/---

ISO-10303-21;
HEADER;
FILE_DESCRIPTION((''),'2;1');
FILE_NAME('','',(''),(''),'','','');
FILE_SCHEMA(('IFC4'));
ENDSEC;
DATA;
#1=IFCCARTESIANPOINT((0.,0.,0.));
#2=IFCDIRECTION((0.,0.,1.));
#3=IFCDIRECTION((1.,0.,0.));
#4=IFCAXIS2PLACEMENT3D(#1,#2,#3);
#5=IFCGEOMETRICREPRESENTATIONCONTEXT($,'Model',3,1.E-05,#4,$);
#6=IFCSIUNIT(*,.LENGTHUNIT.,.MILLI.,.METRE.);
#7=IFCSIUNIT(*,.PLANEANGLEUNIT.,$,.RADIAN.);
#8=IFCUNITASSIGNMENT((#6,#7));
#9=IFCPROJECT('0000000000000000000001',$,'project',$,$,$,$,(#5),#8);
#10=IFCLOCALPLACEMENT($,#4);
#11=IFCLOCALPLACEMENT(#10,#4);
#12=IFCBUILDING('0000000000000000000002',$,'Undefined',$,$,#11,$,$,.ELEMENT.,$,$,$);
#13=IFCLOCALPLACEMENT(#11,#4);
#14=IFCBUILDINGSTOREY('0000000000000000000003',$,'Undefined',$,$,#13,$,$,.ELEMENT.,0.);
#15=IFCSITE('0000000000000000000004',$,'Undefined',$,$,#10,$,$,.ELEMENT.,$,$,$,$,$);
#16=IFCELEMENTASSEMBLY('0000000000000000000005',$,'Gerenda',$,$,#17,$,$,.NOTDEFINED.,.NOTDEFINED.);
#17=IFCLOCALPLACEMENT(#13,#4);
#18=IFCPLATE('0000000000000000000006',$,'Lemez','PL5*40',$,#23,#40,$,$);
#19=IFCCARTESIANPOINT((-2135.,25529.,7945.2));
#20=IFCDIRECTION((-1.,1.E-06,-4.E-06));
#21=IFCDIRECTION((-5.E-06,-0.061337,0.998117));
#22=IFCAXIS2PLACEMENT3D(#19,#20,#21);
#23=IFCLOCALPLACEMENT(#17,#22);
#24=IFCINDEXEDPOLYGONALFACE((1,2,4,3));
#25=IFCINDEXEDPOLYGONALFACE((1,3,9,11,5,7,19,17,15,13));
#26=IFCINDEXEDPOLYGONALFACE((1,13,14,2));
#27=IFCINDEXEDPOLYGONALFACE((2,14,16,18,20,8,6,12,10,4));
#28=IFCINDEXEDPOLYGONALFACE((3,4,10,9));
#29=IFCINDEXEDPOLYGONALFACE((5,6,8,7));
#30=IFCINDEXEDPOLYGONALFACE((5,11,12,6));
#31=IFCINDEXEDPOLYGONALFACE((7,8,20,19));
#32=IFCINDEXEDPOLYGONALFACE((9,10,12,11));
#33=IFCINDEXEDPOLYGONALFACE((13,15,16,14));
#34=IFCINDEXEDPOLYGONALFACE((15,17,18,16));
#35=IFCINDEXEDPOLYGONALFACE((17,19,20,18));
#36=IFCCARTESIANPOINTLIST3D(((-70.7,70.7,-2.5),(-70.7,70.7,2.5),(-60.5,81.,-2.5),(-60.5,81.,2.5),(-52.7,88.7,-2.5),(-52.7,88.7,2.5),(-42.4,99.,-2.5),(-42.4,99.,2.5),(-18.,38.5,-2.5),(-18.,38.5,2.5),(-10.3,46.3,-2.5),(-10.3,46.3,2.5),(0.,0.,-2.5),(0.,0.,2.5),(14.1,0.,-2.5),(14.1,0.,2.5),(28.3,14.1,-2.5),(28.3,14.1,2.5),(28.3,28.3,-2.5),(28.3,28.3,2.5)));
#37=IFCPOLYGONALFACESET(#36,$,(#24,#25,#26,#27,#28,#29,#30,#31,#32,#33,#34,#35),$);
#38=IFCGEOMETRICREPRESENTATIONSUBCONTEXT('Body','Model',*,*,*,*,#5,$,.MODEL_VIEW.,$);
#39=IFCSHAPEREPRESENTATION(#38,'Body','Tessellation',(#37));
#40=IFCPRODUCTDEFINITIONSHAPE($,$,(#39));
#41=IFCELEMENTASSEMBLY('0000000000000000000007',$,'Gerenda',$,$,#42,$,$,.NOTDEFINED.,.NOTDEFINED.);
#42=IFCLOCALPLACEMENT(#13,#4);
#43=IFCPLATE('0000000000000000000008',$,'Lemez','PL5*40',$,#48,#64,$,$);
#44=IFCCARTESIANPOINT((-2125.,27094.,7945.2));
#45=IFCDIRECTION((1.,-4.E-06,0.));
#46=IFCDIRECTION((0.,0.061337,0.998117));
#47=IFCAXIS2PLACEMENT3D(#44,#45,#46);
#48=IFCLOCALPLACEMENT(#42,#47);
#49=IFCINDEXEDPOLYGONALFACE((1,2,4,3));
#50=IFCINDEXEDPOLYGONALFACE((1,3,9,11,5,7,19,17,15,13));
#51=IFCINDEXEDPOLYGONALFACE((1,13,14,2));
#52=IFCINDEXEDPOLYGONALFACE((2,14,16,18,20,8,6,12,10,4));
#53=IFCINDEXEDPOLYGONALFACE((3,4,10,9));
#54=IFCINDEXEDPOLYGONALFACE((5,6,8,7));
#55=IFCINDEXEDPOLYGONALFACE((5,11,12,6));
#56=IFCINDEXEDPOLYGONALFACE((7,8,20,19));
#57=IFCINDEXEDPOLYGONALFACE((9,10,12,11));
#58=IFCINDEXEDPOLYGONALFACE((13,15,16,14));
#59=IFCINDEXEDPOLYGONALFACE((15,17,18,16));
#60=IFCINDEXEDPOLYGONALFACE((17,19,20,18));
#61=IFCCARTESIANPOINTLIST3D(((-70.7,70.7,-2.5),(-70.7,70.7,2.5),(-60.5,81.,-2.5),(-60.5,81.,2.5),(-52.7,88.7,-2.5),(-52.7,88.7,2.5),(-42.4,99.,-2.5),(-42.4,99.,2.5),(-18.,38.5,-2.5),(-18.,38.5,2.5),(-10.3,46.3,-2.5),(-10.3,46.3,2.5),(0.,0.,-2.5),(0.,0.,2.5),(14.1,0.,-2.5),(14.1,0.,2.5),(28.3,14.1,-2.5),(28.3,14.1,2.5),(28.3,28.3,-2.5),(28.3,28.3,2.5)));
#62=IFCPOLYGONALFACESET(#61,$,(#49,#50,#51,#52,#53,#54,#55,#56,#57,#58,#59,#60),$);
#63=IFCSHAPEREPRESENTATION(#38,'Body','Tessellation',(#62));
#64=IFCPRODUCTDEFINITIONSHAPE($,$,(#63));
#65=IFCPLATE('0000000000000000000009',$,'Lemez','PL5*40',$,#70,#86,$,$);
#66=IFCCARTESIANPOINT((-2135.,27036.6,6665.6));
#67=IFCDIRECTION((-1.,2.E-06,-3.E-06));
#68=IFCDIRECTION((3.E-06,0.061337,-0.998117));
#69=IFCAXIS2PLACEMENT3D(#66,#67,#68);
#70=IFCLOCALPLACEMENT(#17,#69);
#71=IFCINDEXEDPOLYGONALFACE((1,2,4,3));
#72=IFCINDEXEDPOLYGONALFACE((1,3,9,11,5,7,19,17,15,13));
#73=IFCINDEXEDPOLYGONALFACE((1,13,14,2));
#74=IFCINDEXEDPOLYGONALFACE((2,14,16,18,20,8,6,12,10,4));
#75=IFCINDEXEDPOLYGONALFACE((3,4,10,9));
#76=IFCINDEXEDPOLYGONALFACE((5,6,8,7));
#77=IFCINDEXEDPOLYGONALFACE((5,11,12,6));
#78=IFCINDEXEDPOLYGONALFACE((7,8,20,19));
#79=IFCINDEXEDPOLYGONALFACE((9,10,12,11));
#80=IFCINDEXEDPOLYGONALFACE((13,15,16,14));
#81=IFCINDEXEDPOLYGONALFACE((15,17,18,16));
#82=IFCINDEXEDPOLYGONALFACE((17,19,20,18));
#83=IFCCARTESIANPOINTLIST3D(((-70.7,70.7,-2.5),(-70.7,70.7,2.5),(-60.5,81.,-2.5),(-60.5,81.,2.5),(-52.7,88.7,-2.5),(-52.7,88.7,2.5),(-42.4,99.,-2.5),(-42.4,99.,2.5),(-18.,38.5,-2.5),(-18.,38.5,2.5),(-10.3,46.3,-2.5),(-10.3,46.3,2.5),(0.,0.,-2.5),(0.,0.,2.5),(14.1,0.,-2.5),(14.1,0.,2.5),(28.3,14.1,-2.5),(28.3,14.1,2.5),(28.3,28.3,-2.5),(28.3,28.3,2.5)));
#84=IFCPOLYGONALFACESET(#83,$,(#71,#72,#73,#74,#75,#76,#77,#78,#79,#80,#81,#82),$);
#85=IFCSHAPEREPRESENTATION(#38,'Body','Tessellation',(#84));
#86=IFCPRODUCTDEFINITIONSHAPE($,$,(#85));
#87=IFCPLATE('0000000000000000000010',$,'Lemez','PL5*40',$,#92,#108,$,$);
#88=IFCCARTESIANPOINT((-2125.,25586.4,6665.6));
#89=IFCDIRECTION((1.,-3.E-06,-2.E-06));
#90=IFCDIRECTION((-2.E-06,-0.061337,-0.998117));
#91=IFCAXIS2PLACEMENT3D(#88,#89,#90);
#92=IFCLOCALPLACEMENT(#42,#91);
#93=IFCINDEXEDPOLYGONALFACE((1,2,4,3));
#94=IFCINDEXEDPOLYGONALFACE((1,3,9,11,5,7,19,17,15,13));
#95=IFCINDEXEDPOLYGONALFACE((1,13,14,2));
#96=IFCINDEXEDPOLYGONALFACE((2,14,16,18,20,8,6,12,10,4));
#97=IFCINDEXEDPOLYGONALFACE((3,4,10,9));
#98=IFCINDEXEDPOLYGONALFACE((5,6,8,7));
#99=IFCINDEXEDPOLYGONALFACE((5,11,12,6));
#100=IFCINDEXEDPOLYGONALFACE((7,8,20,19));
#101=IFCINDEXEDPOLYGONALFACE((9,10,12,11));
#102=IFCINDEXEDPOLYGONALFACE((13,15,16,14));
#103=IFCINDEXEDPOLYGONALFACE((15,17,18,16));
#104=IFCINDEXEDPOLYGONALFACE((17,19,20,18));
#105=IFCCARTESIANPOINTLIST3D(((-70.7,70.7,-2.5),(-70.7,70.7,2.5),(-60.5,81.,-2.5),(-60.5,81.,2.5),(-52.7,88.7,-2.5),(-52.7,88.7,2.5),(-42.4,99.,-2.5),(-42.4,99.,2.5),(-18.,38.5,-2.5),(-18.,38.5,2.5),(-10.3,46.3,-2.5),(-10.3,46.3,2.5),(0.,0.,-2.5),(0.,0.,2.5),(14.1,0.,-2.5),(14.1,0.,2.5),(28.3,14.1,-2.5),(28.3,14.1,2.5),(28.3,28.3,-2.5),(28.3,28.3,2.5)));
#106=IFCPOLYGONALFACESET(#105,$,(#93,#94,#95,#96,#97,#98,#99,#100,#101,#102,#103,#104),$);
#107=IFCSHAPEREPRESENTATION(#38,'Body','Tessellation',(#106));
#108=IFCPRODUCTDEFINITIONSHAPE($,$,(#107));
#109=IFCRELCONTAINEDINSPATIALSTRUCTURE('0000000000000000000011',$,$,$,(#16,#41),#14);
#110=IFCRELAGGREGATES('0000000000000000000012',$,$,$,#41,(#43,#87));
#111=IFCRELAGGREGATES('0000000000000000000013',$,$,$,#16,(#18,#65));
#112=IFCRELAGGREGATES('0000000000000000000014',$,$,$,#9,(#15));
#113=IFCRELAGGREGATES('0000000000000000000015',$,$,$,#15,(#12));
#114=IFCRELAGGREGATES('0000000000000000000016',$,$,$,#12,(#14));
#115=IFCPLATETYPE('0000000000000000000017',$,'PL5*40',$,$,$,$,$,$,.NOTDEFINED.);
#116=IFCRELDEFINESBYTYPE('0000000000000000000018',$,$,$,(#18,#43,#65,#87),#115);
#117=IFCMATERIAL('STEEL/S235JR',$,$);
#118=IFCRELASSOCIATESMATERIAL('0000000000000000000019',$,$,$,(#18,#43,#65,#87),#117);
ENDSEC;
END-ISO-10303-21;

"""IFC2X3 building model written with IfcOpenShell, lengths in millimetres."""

from ifc_helpers import new_model, si_unit, frame, origin_with_axes, place, context, subcontext, project, spatial, polyline, outline, extrude, material, type_object, element, aggregate, save


model = new_model("IFC2X3")

# Units and contexts
model_context = context("Model", 3, precision=1e-05, world=origin_with_axes())
body_context = subcontext(model_context, "Body", "Model", "MODEL_VIEW")
ifc_project = project(units=[si_unit("LENGTHUNIT", "METRE", prefix="MILLI"), si_unit("PLANEANGLEUNIT", "RADIAN")], contexts=[model_context])

# Site, building, storey
site_placement = place(None, origin_with_axes())
site = spatial("IfcSite", under=ifc_project, at=site_placement, Name="Undefined", CompositionType="ELEMENT")
building_placement = place(site_placement, origin_with_axes())
building = spatial("IfcBuilding", under=site, at=building_placement, Name="Undefined", CompositionType="ELEMENT")
storey_placement = place(building_placement, origin_with_axes())
storey = spatial("IfcBuildingStorey", under=building, at=storey_placement, Name="Undefined", CompositionType="ELEMENT", Elevation=0.0)

# Element assemblies, plates
assembly_1_placement = place(storey_placement, origin_with_axes())
assembly_1 = element("IfcElementAssembly", 1, at=assembly_1_placement, inside=storey, Name="Gerenda", AssemblyPlace="NOTDEFINED", PredefinedType="NOTDEFINED")
ifc_material_1 = material(Name="STEEL/S235JR")
plate_type_1 = type_object("IfcPlateType", Name="PL5*40", PredefinedType="NOTDEFINED")
plate_1_placement = place(assembly_1_placement, frame((-2135.0, 25529.0, 7945.2), z_axis=(-1.0, 0.000001, -0.000004), x_axis=(-0.000005, -0.061337, 0.998117)))
plate_1 = element("IfcPlate", 2, at=plate_1_placement, type_object=plate_type_1, material=ifc_material_1, Name="Lemez", Description="PL5*40", context=body_context, shape_type="SweptSolid", body=[
    extrude(outline(polyline([(0.0, 0.0), (14.1, 0.0), (28.3, 14.1), (28.3, 28.3), (-42.4, 99.0), (-52.7, 88.7), (-10.3, 46.3), (-18.0, 38.5), (-60.5, 81.0), (-70.7, 70.7), (0.0, 0.0)])), frame((0.0, 0.0, -2.5), z_axis=(0.0, 0.0, 1.0), x_axis=(1.0, 0.0, 0.0)), (0.0, 0.0, 1.0), 5.0),
])
assembly_2_placement = place(storey_placement, origin_with_axes())
assembly_2 = element("IfcElementAssembly", 3, at=assembly_2_placement, inside=storey, Name="Gerenda", AssemblyPlace="NOTDEFINED", PredefinedType="NOTDEFINED")
plate_2_placement = place(assembly_2_placement, frame((-2125.0, 27094.0, 7945.2), z_axis=(1.0, -0.000004, 0.0), x_axis=(0.0, 0.061337, 0.998117)))
plate_2 = element("IfcPlate", 4, at=plate_2_placement, type_object=plate_type_1, material=ifc_material_1, Name="Lemez", Description="PL5*40", context=body_context, shape_type="SweptSolid", body=[
    extrude(outline(polyline([(0.0, 0.0), (14.1, 0.0), (28.3, 14.1), (28.3, 28.3), (-42.4, 99.0), (-52.7, 88.7), (-10.3, 46.3), (-18.0, 38.5), (-60.5, 81.0), (-70.7, 70.7), (0.0, 0.0)])), frame((0.0, 0.0, -2.5), z_axis=(0.0, 0.0, 1.0), x_axis=(1.0, 0.0, 0.0)), (0.0, 0.0, 1.0), 5.0),
])

# Plates
plate_3_placement = place(assembly_1_placement, frame((-2135.0, 27036.6, 6665.6), z_axis=(-1.0, 0.000002, -0.000003), x_axis=(0.000003, 0.061337, -0.998117)))
plate_3 = element("IfcPlate", 5, at=plate_3_placement, type_object=plate_type_1, material=ifc_material_1, Name="Lemez", Description="PL5*40", context=body_context, shape_type="SweptSolid", body=[
    extrude(outline(polyline([(0.0, 0.0), (14.1, 0.0), (28.3, 14.1), (28.3, 28.3), (-42.4, 99.0), (-52.7, 88.7), (-10.3, 46.3), (-18.0, 38.5), (-60.5, 81.0), (-70.7, 70.7), (0.0, 0.0)])), frame((0.0, 0.0, -2.5), z_axis=(0.0, 0.0, 1.0), x_axis=(1.0, 0.0, 0.0)), (0.0, 0.0, 1.0), 5.0),
])
plate_4_placement = place(assembly_2_placement, frame((-2125.0, 25586.4, 6665.6), z_axis=(1.0, -0.000003, -0.000002), x_axis=(-0.000002, -0.061337, -0.998117)))
plate_4 = element("IfcPlate", 6, at=plate_4_placement, type_object=plate_type_1, material=ifc_material_1, Name="Lemez", Description="PL5*40", context=body_context, shape_type="SweptSolid", body=[
    extrude(outline(polyline([(0.0, 0.0), (14.1, 0.0), (28.3, 14.1), (28.3, 28.3), (-42.4, 99.0), (-52.7, 88.7), (-10.3, 46.3), (-18.0, 38.5), (-60.5, 81.0), (-70.7, 70.7), (0.0, 0.0)])), frame((0.0, 0.0, -2.5), z_axis=(0.0, 0.0, 1.0), x_axis=(1.0, 0.0, 0.0)), (0.0, 0.0, 1.0), 5.0),
])

aggregate(assembly_2, [plate_2, plate_4])
aggregate(assembly_1, [plate_1, plate_3])

save(model, "model.ifc")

\---

Above this task is a listing. Restate, word for word and with nothing added, the lines from the one with "#48=IFCLOCALPLACEMENT(#42,#47);" through the one with "#60=IFCINDEXEDPOLYGONALFACE((17,19,20,18));".

Exercise solution:
#48=IFCLOCALPLACEMENT(#42,#47);
#49=IFCINDEXEDPOLYGONALFACE((1,2,4,3));
#50=IFCINDEXEDPOLYGONALFACE((1,3,9,11,5,7,19,17,15,13));
#51=IFCINDEXEDPOLYGONALFACE((1,13,14,2));
#52=IFCINDEXEDPOLYGONALFACE((2,14,16,18,20,8,6,12,10,4));
#53=IFCINDEXEDPOLYGONALFACE((3,4,10,9));
#54=IFCINDEXEDPOLYGONALFACE((5,6,8,7));
#55=IFCINDEXEDPOLYGONALFACE((5,11,12,6));
#56=IFCINDEXEDPOLYGONALFACE((7,8,20,19));
#57=IFCINDEXEDPOLYGONALFACE((9,10,12,11));
#58=IFCINDEXEDPOLYGONALFACE((13,15,16,14));
#59=IFCINDEXEDPOLYGONALFACE((15,17,18,16));
#60=IFCINDEXEDPOLYGONALFACE((17,19,20,18));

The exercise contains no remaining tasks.